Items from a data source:
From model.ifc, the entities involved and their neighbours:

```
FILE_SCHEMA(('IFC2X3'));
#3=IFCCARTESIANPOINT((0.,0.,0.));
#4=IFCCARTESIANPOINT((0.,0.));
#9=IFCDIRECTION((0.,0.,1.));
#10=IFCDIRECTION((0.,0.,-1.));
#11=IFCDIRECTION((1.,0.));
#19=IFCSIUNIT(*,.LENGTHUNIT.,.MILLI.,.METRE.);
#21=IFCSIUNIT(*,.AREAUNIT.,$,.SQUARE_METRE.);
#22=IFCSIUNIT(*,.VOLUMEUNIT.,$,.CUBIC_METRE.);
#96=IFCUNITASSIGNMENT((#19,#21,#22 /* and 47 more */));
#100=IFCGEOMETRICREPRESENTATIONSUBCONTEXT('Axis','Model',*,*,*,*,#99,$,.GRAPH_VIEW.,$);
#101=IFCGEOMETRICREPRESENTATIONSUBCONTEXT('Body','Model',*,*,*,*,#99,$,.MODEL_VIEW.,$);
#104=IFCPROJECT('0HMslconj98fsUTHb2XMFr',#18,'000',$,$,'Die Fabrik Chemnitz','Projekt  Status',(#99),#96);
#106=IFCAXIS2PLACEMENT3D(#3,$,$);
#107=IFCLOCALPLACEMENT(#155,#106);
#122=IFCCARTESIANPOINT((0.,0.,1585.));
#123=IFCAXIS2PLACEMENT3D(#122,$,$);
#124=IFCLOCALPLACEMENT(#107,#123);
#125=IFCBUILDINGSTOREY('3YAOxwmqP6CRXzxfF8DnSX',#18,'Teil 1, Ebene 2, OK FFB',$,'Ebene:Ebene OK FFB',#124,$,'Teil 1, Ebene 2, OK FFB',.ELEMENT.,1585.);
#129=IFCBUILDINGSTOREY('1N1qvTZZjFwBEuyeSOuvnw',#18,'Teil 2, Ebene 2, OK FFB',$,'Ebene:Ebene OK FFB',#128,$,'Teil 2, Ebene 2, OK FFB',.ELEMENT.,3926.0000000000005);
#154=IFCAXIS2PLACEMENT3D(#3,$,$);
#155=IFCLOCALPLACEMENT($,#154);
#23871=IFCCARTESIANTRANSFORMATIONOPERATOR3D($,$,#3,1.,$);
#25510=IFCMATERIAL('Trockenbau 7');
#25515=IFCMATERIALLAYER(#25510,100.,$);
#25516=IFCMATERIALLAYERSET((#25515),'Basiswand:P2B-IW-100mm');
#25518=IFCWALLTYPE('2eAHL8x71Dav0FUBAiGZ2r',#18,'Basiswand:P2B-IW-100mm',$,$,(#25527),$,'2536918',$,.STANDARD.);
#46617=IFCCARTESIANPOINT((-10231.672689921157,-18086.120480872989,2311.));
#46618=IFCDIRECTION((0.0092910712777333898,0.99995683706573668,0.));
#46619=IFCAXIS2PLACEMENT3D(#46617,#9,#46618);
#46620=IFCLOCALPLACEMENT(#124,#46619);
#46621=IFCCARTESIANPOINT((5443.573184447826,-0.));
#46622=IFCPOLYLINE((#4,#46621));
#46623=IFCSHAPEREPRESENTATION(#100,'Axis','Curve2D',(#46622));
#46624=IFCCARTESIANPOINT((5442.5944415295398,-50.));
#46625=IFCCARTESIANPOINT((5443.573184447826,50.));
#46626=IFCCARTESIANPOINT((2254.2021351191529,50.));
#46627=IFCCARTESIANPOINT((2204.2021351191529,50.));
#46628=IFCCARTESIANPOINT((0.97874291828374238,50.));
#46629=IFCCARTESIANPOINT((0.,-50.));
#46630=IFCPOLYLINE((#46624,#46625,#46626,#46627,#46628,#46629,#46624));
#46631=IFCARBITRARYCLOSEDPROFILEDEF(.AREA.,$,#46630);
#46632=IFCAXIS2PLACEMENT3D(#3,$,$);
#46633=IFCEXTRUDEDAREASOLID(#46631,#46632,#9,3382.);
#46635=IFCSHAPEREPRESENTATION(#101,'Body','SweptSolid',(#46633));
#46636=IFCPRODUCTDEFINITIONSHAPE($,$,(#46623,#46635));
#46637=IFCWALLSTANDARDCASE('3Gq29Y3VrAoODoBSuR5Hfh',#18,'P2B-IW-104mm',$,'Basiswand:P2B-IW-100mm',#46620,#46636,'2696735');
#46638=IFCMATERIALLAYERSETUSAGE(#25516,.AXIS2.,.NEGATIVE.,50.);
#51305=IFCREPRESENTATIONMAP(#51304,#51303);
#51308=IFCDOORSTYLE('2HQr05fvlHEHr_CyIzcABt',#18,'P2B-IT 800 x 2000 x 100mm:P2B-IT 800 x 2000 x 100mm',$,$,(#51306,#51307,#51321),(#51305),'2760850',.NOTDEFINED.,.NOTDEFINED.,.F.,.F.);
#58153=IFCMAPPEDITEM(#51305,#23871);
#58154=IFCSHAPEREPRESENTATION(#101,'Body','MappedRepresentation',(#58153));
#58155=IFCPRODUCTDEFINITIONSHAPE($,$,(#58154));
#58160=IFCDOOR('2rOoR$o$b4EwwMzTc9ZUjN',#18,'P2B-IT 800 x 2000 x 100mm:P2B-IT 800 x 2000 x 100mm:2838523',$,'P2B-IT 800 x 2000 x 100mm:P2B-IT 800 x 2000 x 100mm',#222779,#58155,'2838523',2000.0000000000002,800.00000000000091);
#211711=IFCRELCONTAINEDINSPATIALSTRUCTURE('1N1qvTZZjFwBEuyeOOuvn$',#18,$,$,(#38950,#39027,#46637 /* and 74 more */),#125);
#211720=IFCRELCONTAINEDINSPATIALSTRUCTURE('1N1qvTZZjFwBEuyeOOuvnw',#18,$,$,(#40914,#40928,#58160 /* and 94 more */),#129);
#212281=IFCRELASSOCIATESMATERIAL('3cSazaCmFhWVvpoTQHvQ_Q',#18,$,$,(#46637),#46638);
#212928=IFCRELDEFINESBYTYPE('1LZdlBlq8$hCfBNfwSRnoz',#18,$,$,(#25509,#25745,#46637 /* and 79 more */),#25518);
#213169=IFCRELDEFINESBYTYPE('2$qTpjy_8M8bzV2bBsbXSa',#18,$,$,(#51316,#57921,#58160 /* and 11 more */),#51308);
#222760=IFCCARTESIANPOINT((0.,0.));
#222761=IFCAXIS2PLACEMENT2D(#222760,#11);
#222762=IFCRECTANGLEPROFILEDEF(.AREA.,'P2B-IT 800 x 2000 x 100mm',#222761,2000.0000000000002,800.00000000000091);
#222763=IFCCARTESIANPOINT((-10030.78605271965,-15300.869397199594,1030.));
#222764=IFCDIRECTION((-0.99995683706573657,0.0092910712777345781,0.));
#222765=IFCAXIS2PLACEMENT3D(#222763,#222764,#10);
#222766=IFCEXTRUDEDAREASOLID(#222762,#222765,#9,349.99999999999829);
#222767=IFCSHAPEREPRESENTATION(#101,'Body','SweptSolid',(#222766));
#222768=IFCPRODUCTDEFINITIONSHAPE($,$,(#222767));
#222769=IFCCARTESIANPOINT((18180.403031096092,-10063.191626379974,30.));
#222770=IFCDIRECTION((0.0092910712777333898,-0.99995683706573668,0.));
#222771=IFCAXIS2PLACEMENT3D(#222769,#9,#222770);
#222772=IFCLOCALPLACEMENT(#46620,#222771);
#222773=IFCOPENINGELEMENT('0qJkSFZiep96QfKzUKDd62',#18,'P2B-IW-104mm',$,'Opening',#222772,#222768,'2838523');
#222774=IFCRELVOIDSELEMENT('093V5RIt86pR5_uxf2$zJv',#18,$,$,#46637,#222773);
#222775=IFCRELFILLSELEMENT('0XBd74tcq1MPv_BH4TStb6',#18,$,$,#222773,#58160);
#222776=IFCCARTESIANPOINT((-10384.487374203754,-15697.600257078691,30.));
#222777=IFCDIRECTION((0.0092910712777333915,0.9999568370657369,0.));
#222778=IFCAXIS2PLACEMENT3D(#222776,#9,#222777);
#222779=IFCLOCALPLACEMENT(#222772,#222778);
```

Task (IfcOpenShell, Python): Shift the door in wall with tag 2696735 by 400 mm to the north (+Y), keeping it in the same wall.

```python
import ifcopenshell
import ifcopenshell.api.geometry
import ifcopenshell.util.placement

model = ifcopenshell.open("model.ifc")

door = model.by_id(58160)
opening = door.FillsVoids[0].RelatingOpeningElement
wall = opening.VoidsElements[0].RelatingBuildingElement

wall_matrix = ifcopenshell.util.placement.get_local_placement(wall.ObjectPlacement)
shift = wall_matrix[:3, 0] * 400.0
before = ifcopenshell.util.placement.get_local_placement(door.ObjectPlacement)[:3, 3].copy()

# The door is placed relative to its opening, so it follows when the opening moves.
matrix = ifcopenshell.util.placement.get_local_placement(opening.ObjectPlacement)
matrix[:3, 3] += shift
ifcopenshell.api.geometry.edit_object_placement(
    model, product=opening, matrix=matrix, is_si=False, should_transform_children=True
)

after = ifcopenshell.util.placement.get_local_placement(door.ObjectPlacement)[:3, 3]
print("door moved by", (after - before).round(3) + 0.0)

model.write("model_edited.ifc")
```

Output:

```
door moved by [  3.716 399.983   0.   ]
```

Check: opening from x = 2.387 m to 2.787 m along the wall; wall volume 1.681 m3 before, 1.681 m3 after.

- [Task brief]:
Pull out every line of the records that includes the string "IFCSHAPEREPRESENTATION".

- [Response to this task]:
#46623=IFCSHAPEREPRESENTATION(#100,'Axis','Curve2D',(#46622));
#46635=IFCSHAPEREPRESENTATION(#101,'Body','SweptSolid',(#46633));
#58154=IFCSHAPEREPRESENTATION(#101,'Body','MappedRepresentation',(#58153));
#222767=IFCSHAPEREPRESENTATION(#101,'Body','SweptSolid',(#222766));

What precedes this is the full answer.